Galvanizing (GI) and galvannealing (GA) are two known processes. Galvanization is a chemical process that is used to coat steel or iron with zinc in order to reduce corrosion (specifically, rusting). In galvannealing, steel or iron that has been coated with zinc is then heated (annealed) to improve fabrication and corrosion resistance characteristics.
Continuous galvanizing or galvannealing is typically done by running a steel or iron sheet through a molten zinc bath contained in a coating pot. The zinc bath contains zinc (Zn), aluminum (Al), and iron (Fe) and usually has a temperature of 450-480° C. (840-890° F.). Zinc is the overwhelming component of the zinc bath. The aluminum content of the zinc bath ranges from 0.10 weight percent (wt %) to 0.4 weight percent. In GI, the aluminum content of the zinc bath is greater than 0.13 wt %. In GA, the aluminum content of the zinc bath is less than 0.13 wt %. In another related process called galvalume, the zinc bath contains 55 wt % Al and 45 wt % Zn. The iron content is usually very low (less than 0.1 wt %) and generally comes from the steel sheet itself.
The zinc-rich field of the Zn—Fe—Al phase diagram is helpful for understanding the chemical processes that occurs during GI and GA. In particular, the phase field changes around 0.13 wt % Al at these temperatures and different impurities (i.e. intermetallic compounds) occur in different phase fields. GA is usually operated within the δ+L phase field, wherein the impurity is FeZn7(δ). This impurity is denser than the zinc bath itself and collects on the bottom of the coating pot; thus, it is also known as bottom dross. GI operates within the η+L phase field, wherein the impurity is Fe2Al5(η). This impurity is less dense than the zinc bath itself and collects on the surface of the molten zinc bath in the coating pot; thus, it is also known as top dross. These impurities generally form because the solubility limit of Fe is reached in a local region. Dross particles can thus nucleate and grow.
The bottom dross and top dross are undesired. Whereas the top dross can be continuously removed by skimming the top of the zinc bath, the bottom dross cannot. Continued operation of the GA process thus builds up bottom dross, which can solidify. In addition, the bottom dross (FeZn7) consumes the desired zinc reactant in the zinc bath. This aspect is also undesired.

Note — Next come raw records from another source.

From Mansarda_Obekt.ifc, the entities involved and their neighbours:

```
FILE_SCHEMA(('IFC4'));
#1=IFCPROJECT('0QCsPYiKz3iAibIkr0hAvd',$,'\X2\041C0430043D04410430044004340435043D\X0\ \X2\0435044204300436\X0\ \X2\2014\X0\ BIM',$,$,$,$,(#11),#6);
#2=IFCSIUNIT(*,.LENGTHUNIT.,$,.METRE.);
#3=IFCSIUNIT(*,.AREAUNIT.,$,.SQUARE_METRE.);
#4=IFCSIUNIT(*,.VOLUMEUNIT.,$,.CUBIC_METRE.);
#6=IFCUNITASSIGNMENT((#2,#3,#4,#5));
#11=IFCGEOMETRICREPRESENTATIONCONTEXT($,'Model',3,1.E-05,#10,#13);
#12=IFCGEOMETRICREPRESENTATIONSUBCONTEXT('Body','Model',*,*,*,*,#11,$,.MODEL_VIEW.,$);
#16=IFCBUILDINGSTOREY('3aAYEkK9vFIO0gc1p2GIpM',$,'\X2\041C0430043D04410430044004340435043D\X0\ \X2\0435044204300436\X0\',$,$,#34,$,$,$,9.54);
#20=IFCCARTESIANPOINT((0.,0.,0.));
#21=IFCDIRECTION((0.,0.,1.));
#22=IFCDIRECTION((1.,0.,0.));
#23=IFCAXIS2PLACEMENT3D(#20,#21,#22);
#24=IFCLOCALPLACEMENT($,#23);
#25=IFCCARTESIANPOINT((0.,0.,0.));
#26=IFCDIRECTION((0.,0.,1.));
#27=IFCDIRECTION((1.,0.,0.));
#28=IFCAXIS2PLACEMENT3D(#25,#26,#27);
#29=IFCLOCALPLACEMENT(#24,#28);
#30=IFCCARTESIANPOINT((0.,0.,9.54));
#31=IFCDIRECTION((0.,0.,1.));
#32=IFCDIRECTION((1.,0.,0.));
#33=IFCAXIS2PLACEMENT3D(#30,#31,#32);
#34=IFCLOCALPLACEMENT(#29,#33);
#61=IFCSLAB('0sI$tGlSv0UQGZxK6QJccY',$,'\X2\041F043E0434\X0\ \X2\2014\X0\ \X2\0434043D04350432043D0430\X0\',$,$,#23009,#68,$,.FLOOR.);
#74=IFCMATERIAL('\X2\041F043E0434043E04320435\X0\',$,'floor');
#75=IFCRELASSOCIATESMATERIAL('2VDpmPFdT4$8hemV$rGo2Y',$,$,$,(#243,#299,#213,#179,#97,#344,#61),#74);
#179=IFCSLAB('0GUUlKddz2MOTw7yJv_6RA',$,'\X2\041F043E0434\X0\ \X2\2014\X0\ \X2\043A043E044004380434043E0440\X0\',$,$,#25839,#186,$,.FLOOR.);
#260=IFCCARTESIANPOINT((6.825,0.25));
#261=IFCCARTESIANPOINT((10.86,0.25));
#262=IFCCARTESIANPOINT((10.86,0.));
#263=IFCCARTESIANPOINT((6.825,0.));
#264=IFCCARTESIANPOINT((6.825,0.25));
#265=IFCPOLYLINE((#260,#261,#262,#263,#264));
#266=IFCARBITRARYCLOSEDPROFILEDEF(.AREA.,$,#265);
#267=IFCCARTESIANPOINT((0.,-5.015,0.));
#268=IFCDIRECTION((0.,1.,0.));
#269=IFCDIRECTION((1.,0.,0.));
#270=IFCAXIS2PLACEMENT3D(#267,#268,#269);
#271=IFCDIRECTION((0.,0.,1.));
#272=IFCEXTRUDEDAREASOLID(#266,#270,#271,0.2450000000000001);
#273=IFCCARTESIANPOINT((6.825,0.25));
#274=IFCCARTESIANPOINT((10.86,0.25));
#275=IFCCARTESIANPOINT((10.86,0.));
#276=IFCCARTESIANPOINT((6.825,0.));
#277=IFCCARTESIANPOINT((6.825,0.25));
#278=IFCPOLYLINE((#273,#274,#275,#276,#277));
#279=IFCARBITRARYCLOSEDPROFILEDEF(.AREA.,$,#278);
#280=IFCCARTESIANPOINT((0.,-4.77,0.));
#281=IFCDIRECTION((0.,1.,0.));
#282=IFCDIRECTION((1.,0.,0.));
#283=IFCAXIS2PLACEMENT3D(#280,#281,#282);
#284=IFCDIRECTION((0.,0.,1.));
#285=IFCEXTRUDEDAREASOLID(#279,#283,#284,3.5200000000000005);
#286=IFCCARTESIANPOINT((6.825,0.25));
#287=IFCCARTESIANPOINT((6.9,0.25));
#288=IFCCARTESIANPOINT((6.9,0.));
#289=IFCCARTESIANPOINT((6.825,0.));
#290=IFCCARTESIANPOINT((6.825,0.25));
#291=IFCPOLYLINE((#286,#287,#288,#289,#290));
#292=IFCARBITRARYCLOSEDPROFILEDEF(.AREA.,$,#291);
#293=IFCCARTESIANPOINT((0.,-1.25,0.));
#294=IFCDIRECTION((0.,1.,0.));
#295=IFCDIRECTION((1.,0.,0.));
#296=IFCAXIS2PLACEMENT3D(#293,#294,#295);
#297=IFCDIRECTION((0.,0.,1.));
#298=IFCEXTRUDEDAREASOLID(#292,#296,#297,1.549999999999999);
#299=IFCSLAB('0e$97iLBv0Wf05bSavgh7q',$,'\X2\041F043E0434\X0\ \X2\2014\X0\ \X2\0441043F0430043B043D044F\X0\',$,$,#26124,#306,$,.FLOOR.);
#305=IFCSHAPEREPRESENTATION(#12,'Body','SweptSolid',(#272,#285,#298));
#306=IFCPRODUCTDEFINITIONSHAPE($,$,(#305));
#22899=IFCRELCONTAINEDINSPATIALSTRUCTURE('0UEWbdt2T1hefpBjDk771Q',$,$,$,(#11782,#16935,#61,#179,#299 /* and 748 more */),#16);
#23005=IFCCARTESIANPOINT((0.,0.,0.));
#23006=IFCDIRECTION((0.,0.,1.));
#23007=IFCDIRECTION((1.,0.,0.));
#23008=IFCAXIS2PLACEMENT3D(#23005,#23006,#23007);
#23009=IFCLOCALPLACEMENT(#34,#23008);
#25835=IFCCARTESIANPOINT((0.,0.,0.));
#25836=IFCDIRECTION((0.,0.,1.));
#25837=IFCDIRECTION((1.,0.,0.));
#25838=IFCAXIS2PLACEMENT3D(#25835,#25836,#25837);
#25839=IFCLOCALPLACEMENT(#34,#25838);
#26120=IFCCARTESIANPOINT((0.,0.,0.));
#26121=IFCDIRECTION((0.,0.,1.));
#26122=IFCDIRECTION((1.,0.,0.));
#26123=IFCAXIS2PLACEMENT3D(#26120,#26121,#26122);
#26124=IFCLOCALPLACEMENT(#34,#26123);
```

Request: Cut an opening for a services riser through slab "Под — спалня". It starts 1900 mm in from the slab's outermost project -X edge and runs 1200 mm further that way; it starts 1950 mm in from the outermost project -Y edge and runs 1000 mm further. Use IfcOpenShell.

```python
import numpy as np
import ifcopenshell
import ifcopenshell.api.feature
import ifcopenshell.api.geometry
import ifcopenshell.api.root
import ifcopenshell.geom
import ifcopenshell.util.placement
import ifcopenshell.util.representation
import ifcopenshell.util.shape
import ifcopenshell.util.unit

model = ifcopenshell.open("Mansarda_Obekt.ifc")
unit_scale = ifcopenshell.util.unit.calculate_unit_scale(model)
settings = ifcopenshell.geom.settings()


def volume(element):
    """Net volume in cubic metres, openings subtracted."""
    shape = ifcopenshell.geom.create_shape(settings, element)
    return ifcopenshell.util.shape.get_volume(shape.geometry)


slab = model.by_id(299)
before = volume(slab)

# Extent in the slab's own axes, in metres. The edges named are its -X and -Y sides.
slab_shape = ifcopenshell.geom.create_shape(settings, slab)
vertices = ifcopenshell.util.shape.get_vertices(slab_shape.geometry)
x_min, y_min, bottom = vertices.min(axis=0)
top = vertices[:, 2].max()

opening = ifcopenshell.api.root.create_entity(model, ifc_class="IfcOpeningElement", name="Services riser opening", predefined_type="OPENING")
context = ifcopenshell.util.representation.get_context(model, "Model", "Body", "MODEL_VIEW")
width, depth = 1.2, 1
outline = [(0.0, 0.0), (width, 0.0), (width, depth), (0.0, depth), (0.0, 0.0)]
# Overshoot both faces by 50 mm so the cut is clean.
shape = ifcopenshell.api.geometry.add_slab_representation(
    model, context=context, depth=top - bottom + 0.1, polyline=outline
)
ifcopenshell.api.geometry.assign_representation(model, product=opening, representation=shape)

matrix = ifcopenshell.util.placement.get_local_placement(slab.ObjectPlacement)
matrix[:, 3] = matrix @ np.append(np.array([x_min + 1.9, y_min + 1.95, bottom - 0.05]) / unit_scale, 1.0)
ifcopenshell.api.geometry.edit_object_placement(model, product=opening, matrix=matrix, is_si=False)
ifcopenshell.api.feature.add_feature(model, feature=opening, element=slab)

after = volume(slab)

print(f"slab volume {before:.3f} -> {after:.3f} m3")

model.write("Mansarda_Obekt-out.ifc")
```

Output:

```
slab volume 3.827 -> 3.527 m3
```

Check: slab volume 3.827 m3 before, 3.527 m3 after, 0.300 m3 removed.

Bottom dross can be removed. If the bottom dross has solidified, it can be mechanically removed by jack-hammering; however, this usually results in a week of downtime. Bottom dross can also be removed using scoops before it solidifies, but this method is dangerous, tedious and still results in downtime.
Bottom dross can be removed chemically by exploiting the differences between GA and GI. Aluminum is added to the zinc bath as solid ingots to change the phase field from δ+L to η+L. This allows the bottom dross (FeZn7) to convert to top dross (Fe2Al5), which can then be skimmed off. However, this method of removing bottom dross has its own disadvantages. Typically, the transition time during which the bottom dross converts to top dross is 24-30 hours. During this transition time, the continuous galvanizing line produces only products having significantly lower value.
Galvannealed steel is widely used in the automobile, appliance, and construction industries because of its comparatively superior corrosion resistance properties. Thus, it would be desirable to continually run a galvannealing process or, at a minimum, reduce the transition time between the GA to GI processes.